Panasonic satellite tracking aims to put end to missing planes

NEW YORK -- At a time when lost smartphones can be found with the push of a button, many are befuddled that the missing Malaysian Airlines flight MH-370 has eluded a massive search effort for more than two years.  

The aerospace unit of Japan's Panasonic is touting a new satellite-based tracking application as a technology that can ensure that no planes go mysteriously missing at sea again.

Panasonic Avionics' new application, AirMap, offered as a software update to its aircraft connectivity products, keeps airlines in constant contact with their aircraft through satellite technology. The existing radar network, which lost track of MH-370, can only trace planes that are within 150 miles of shore. 

Airlines can install AirMap via FlightLink, which offers the full GPS coverage of the Iridium satellite network, or the eXConnect in-flight broadband connectivity system covering nearly the entire globe. 

"With both eXConnect and FlightLink using the AirMap product, the airline has a requirement -- if [the aircraft] hasn't been reporting for more than 15 minutes -- to go and try and reach that aircraft," explained Matt de Ris, manager of aviation programs at Panasonic Avionics. "The airline is watching the system and aided by our alerting system. [Panasonic's] mission control center would be fielding calls from the airline if they receive an alert."

"We have a mission control center that is staffed 24/7, 365 to field calls ..." de Ris added. "There's absolutely no burden on the pilots whatsoever."

AirMap offers alert triggers that can be customized to the needs of each airline and can be set to send updates on the status of aircraft to control centers as frequently as once per minute. Severe turbulence, deviation from flight path, and sudden altitude drop can trigger alerts. If ground control receives an alert or location data indicating something is amiss, airlines can work quickly to establish contact with the aircraft through text or voice message, while receiving continuous updates on the location of the plane.

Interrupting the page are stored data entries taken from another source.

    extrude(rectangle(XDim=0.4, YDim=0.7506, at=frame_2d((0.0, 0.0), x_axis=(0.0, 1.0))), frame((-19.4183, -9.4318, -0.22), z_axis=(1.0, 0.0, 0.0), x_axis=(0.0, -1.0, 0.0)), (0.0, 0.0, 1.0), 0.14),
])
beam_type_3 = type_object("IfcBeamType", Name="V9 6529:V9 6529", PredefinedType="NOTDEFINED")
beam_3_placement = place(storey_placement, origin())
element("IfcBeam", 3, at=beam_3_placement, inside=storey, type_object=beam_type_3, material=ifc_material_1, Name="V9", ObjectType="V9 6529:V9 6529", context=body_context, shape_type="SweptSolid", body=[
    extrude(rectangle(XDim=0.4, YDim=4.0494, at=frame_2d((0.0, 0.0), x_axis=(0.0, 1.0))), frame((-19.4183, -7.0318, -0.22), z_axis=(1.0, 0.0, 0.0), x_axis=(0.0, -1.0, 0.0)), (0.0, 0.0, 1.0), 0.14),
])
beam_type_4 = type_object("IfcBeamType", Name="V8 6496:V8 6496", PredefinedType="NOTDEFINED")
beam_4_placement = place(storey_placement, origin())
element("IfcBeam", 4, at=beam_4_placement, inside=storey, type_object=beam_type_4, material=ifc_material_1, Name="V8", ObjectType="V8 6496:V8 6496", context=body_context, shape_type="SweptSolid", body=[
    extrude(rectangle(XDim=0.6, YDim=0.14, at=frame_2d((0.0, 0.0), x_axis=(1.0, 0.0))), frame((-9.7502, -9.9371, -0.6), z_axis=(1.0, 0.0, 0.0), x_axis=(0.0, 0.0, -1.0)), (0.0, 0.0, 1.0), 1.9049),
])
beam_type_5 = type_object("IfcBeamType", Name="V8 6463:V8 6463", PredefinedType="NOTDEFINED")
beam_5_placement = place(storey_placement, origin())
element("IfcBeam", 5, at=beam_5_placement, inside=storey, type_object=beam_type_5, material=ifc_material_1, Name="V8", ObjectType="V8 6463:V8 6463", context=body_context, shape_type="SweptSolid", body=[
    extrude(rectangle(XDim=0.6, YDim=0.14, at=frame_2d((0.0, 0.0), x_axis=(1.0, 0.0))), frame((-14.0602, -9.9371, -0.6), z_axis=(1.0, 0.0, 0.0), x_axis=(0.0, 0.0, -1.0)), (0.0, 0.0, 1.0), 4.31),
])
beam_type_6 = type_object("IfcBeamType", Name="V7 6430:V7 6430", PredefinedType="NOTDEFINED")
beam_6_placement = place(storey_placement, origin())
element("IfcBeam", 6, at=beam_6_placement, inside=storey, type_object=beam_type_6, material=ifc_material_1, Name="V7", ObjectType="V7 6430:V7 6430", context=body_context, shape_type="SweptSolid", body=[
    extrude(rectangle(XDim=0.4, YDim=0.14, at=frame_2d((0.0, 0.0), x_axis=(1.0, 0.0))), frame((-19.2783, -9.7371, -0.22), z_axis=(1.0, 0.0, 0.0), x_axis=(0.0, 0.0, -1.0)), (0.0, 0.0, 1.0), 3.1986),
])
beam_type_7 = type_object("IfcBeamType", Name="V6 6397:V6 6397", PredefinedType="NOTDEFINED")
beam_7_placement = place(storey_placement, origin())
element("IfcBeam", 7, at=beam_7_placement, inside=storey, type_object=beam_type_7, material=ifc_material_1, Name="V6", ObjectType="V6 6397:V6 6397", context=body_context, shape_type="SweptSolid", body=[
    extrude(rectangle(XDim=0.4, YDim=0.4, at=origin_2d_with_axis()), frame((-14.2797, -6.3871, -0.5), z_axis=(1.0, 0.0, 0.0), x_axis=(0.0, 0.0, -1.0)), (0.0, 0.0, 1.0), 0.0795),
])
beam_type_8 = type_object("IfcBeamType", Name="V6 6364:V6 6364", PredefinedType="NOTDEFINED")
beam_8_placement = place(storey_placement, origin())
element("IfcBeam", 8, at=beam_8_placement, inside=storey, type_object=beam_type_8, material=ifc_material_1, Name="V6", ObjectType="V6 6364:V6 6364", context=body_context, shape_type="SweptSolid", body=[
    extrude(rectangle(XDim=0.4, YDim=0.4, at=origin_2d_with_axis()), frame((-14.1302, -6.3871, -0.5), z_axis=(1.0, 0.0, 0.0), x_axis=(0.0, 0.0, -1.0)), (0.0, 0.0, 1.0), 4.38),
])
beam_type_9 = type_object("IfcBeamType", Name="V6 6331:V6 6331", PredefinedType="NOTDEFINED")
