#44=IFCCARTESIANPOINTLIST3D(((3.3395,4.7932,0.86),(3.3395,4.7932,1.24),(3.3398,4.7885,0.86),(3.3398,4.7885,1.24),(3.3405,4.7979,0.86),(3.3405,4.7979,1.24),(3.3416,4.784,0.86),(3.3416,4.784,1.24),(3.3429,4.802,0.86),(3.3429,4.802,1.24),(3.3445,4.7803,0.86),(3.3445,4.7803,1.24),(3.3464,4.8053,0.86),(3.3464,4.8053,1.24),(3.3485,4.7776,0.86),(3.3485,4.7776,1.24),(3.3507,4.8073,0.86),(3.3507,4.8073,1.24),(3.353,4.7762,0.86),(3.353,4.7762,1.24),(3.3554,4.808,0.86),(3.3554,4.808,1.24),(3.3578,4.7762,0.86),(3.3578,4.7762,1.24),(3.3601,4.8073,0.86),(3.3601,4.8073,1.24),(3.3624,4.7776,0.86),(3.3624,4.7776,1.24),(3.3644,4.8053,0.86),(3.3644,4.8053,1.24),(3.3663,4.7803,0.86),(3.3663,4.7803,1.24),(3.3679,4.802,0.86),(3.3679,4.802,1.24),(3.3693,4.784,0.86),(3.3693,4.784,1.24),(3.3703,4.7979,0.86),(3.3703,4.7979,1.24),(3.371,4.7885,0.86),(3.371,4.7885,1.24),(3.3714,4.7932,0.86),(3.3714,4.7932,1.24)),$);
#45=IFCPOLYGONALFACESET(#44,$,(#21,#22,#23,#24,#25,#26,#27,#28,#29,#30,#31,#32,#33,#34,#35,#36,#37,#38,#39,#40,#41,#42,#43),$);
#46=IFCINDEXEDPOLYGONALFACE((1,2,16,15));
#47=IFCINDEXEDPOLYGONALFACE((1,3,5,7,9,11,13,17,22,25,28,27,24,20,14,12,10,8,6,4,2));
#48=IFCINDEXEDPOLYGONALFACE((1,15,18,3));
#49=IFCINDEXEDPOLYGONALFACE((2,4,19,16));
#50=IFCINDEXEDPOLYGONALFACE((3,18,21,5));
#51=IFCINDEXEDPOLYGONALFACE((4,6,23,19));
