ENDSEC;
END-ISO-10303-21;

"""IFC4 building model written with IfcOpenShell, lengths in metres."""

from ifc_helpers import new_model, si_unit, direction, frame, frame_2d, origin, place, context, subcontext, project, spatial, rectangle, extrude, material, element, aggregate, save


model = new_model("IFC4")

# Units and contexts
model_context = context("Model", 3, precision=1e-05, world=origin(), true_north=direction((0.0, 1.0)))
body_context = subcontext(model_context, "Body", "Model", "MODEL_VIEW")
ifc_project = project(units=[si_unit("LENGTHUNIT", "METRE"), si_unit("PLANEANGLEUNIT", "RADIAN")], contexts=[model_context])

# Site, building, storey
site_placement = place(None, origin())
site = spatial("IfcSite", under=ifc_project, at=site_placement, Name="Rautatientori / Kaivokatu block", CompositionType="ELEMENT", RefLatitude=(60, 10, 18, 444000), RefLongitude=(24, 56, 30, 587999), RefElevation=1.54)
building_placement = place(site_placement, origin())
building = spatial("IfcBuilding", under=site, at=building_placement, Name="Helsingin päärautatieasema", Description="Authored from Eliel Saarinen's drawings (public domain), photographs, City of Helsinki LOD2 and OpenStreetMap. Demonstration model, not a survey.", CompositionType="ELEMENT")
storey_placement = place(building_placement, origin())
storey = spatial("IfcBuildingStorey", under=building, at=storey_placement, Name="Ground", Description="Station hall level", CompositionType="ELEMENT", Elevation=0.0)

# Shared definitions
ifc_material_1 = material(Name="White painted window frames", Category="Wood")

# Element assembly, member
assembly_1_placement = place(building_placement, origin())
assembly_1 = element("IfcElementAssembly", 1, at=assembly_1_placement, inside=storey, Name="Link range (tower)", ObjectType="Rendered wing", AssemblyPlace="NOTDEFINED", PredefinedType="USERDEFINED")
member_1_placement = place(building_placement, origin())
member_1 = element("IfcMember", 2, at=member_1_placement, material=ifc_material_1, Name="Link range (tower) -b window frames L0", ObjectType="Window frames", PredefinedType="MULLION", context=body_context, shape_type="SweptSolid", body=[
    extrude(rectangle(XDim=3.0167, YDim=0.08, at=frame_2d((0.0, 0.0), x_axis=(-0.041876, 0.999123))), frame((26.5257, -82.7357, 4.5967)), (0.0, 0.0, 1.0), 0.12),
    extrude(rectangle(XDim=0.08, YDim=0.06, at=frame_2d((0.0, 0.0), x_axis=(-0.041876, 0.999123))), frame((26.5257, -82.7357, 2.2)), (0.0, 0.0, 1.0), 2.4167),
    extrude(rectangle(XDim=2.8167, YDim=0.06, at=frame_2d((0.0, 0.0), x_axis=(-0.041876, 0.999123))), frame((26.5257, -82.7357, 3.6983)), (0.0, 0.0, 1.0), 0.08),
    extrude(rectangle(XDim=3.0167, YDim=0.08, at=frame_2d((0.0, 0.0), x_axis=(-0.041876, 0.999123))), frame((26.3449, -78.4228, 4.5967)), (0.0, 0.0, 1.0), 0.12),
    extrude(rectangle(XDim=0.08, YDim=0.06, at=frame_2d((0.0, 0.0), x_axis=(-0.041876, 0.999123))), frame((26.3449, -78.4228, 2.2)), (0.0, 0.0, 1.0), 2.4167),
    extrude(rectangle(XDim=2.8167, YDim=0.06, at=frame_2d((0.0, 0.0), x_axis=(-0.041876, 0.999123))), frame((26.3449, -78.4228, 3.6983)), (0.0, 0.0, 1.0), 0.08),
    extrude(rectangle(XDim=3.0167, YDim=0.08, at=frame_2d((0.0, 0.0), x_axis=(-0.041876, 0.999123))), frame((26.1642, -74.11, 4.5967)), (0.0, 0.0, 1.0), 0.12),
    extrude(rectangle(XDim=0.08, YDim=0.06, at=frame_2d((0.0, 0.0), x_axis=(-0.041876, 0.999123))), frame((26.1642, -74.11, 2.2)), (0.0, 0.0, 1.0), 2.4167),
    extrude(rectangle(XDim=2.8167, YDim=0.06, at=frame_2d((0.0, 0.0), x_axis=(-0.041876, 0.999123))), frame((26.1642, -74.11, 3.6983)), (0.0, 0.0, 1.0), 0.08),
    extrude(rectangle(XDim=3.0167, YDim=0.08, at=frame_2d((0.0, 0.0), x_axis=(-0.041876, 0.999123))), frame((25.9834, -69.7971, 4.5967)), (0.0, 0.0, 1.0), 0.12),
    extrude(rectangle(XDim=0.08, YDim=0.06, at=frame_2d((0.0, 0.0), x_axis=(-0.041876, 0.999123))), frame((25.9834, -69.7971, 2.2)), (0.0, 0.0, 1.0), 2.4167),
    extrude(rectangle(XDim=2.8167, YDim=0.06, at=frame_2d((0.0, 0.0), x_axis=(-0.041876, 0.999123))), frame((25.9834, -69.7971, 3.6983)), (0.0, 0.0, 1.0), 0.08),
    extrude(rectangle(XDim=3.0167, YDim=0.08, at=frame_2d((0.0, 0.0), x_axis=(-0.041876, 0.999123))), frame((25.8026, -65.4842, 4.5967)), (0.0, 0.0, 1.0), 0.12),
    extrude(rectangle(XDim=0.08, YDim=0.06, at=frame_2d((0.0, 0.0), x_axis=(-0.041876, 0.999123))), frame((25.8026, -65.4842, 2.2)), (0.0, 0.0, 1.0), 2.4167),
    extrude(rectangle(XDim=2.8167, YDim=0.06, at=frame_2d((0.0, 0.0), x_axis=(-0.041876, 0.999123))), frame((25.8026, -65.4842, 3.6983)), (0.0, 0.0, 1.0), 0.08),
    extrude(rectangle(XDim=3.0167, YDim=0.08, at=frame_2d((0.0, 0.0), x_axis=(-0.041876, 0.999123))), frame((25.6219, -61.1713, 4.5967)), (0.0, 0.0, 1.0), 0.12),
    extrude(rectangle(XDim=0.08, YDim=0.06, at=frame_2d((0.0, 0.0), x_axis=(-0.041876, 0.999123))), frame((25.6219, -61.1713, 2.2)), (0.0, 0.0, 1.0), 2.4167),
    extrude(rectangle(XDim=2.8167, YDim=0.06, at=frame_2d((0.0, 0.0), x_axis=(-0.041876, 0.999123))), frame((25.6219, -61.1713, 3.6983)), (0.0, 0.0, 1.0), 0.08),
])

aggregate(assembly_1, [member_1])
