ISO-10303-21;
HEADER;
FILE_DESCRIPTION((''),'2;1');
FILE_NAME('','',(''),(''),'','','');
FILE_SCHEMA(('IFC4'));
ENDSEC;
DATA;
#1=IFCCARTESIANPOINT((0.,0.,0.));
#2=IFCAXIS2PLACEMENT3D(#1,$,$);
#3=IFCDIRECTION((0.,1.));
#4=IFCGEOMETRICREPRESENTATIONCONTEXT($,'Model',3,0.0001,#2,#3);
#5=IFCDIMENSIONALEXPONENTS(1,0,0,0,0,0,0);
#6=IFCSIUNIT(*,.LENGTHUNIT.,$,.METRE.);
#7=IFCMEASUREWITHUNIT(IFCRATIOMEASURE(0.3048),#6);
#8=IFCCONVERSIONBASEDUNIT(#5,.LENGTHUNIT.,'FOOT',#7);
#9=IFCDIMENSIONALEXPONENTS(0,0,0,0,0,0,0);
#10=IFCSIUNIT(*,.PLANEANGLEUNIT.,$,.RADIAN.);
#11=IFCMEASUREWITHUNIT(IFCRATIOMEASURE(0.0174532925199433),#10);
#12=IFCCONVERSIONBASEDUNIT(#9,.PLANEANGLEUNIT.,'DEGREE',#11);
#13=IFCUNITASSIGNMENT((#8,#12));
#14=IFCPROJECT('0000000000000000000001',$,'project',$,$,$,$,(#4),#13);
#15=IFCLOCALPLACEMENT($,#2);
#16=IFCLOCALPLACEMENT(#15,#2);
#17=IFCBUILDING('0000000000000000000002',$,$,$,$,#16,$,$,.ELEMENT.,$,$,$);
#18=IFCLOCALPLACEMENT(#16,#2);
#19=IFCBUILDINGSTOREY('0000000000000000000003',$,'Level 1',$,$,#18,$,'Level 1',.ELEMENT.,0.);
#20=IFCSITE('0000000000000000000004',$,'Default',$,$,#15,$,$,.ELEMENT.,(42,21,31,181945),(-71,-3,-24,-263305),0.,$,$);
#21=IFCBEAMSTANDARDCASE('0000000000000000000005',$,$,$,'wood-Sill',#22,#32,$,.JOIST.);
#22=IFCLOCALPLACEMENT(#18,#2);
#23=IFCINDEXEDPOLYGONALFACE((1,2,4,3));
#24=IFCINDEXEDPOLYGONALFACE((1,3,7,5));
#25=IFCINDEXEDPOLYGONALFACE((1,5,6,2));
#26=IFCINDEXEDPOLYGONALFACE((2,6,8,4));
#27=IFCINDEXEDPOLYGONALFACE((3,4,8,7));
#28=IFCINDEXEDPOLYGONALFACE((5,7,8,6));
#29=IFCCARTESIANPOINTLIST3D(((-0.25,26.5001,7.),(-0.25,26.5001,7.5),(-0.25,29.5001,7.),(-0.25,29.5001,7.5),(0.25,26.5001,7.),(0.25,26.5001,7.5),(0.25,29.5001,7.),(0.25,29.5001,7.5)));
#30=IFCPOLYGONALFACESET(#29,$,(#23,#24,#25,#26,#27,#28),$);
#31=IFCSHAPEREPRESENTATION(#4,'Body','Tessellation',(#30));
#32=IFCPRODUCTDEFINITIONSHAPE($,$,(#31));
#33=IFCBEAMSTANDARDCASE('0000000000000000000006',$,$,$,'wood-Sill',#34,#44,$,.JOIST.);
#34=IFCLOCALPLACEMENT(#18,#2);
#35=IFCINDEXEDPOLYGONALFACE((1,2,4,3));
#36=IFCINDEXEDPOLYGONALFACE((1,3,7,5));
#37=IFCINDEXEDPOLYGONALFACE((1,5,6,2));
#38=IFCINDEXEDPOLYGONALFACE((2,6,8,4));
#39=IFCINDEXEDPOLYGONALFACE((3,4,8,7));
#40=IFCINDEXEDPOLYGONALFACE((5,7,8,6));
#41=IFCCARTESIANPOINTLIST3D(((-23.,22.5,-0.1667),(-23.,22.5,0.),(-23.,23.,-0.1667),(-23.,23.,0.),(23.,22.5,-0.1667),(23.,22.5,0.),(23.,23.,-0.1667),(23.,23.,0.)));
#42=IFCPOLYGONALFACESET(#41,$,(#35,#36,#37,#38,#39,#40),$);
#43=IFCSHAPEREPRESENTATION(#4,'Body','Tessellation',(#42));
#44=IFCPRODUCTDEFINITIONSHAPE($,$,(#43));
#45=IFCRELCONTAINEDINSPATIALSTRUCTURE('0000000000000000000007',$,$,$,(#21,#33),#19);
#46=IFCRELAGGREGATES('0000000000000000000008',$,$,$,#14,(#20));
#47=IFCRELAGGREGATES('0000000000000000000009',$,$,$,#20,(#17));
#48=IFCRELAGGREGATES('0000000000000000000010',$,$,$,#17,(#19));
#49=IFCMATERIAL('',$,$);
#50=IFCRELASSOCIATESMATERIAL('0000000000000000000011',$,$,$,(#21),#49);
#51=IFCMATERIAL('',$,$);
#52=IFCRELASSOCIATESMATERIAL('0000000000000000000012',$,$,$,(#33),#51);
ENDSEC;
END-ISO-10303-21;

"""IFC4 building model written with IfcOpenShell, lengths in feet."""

from ifc_helpers import new_model, entity, si_unit, converted_unit, direction, frame, origin, place, context, project, spatial, rectangle, extrude, material, element, save


model = new_model("IFC4")

# Units and contexts
model_context = context("Model", 3, precision=0.0001, world=origin(), true_north=direction((0.0, 1.0)))
ifc_project = project(units=[converted_unit("LENGTHUNIT", "FOOT", entity("IfcRatioMeasure", 0.3048), si_unit("LENGTHUNIT", "METRE"), dimensions=[1, 0, 0, 0, 0, 0, 0]), converted_unit("PLANEANGLEUNIT", "DEGREE", entity("IfcRatioMeasure", 0.0174532925199433), si_unit("PLANEANGLEUNIT", "RADIAN"), dimensions=[0, 0, 0, 0, 0, 0, 0])], contexts=[model_context])

# Site, building, storey
site_placement = place(None, origin())
site = spatial("IfcSite", under=ifc_project, at=site_placement, Name="Default", CompositionType="ELEMENT", RefLatitude=(42, 21, 31, 181945), RefLongitude=(-71, -3, -24, -263305), RefElevation=0.0)
building_placement = place(site_placement, origin())
building = spatial("IfcBuilding", under=site, at=building_placement, CompositionType="ELEMENT")
storey_placement = place(building_placement, origin())
storey = spatial("IfcBuildingStorey", under=building, at=storey_placement, Name="Level 1", LongName="Level 1", CompositionType="ELEMENT", Elevation=0.0)

# Shared definitions
placement = place(storey_placement, frame((0.0, -0.25, 0.0), z_axis=(0.0, 0.0, 1.0), x_axis=(0.0, 1.0, 0.0)))

# Beams
ifc_material_1 = material(Name="")
for number, where, z_axis, x_axis in (
    (1, (28.2501, 0.0, 7.0), (0.0, 0.0, 1.0), (-1.0, 0.0, 0.0)),
):
    element("IfcBeamStandardCase", number, at=place(placement, frame(where, z_axis=z_axis, x_axis=x_axis)), inside=storey, material=ifc_material_1, ObjectType="wood-Sill", PredefinedType="JOIST", context=model_context, shape_type="SweptSolid", body=[
        extrude(rectangle(XDim=3.0, YDim=0.5), origin(), (0.0, 0.0, 1.0), 0.5),
    ])
ifc_material_2 = material(Name="")
beam_1_placement = place(placement, frame((23.0, 0.0, -0.1667), z_axis=(0.0, 0.0, 1.0), x_axis=(0.0, 1.0, 0.0)))
element("IfcBeamStandardCase", 2, at=beam_1_placement, inside=storey, material=ifc_material_2, ObjectType="wood-Sill", PredefinedType="JOIST", context=model_context, shape_type="SweptSolid", body=[
    extrude(rectangle(XDim=46.0, YDim=0.5), origin(), (0.0, 0.0, 1.0), 0.1667),
])

save(model, "model.ifc")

Currently FlightLink and eXConnect cover a combined 1,500 aircraft, with the company aiming to have AirMap installed in over 3,500 aircraft over the short term. 

Malaysia's AirAsia and Alaskan regional carrier Peninsula Airways are among the airlines that have opted for AirMap upgrades, with the former looking to complete installation in the entire fleet by the second quarter of 2017. Panasonic says an additional 2-3 carriers are expected to begin using FlightLink with AirMap in the fall. 

Satellite-based flight tracking is expected to become the norm in the industry, with Iridium Communications subsidiary Aireon also set to launch its own surveillance application, Automatic Dependent Surveillance-Broadcast (ADS-B), in 2018.

Panasonic Avionics is a California-based subsidiary of Panasonic's North American division. It employs over 4,400 and operates in 80 global locations, with a customer base of 300 airlines worldwide.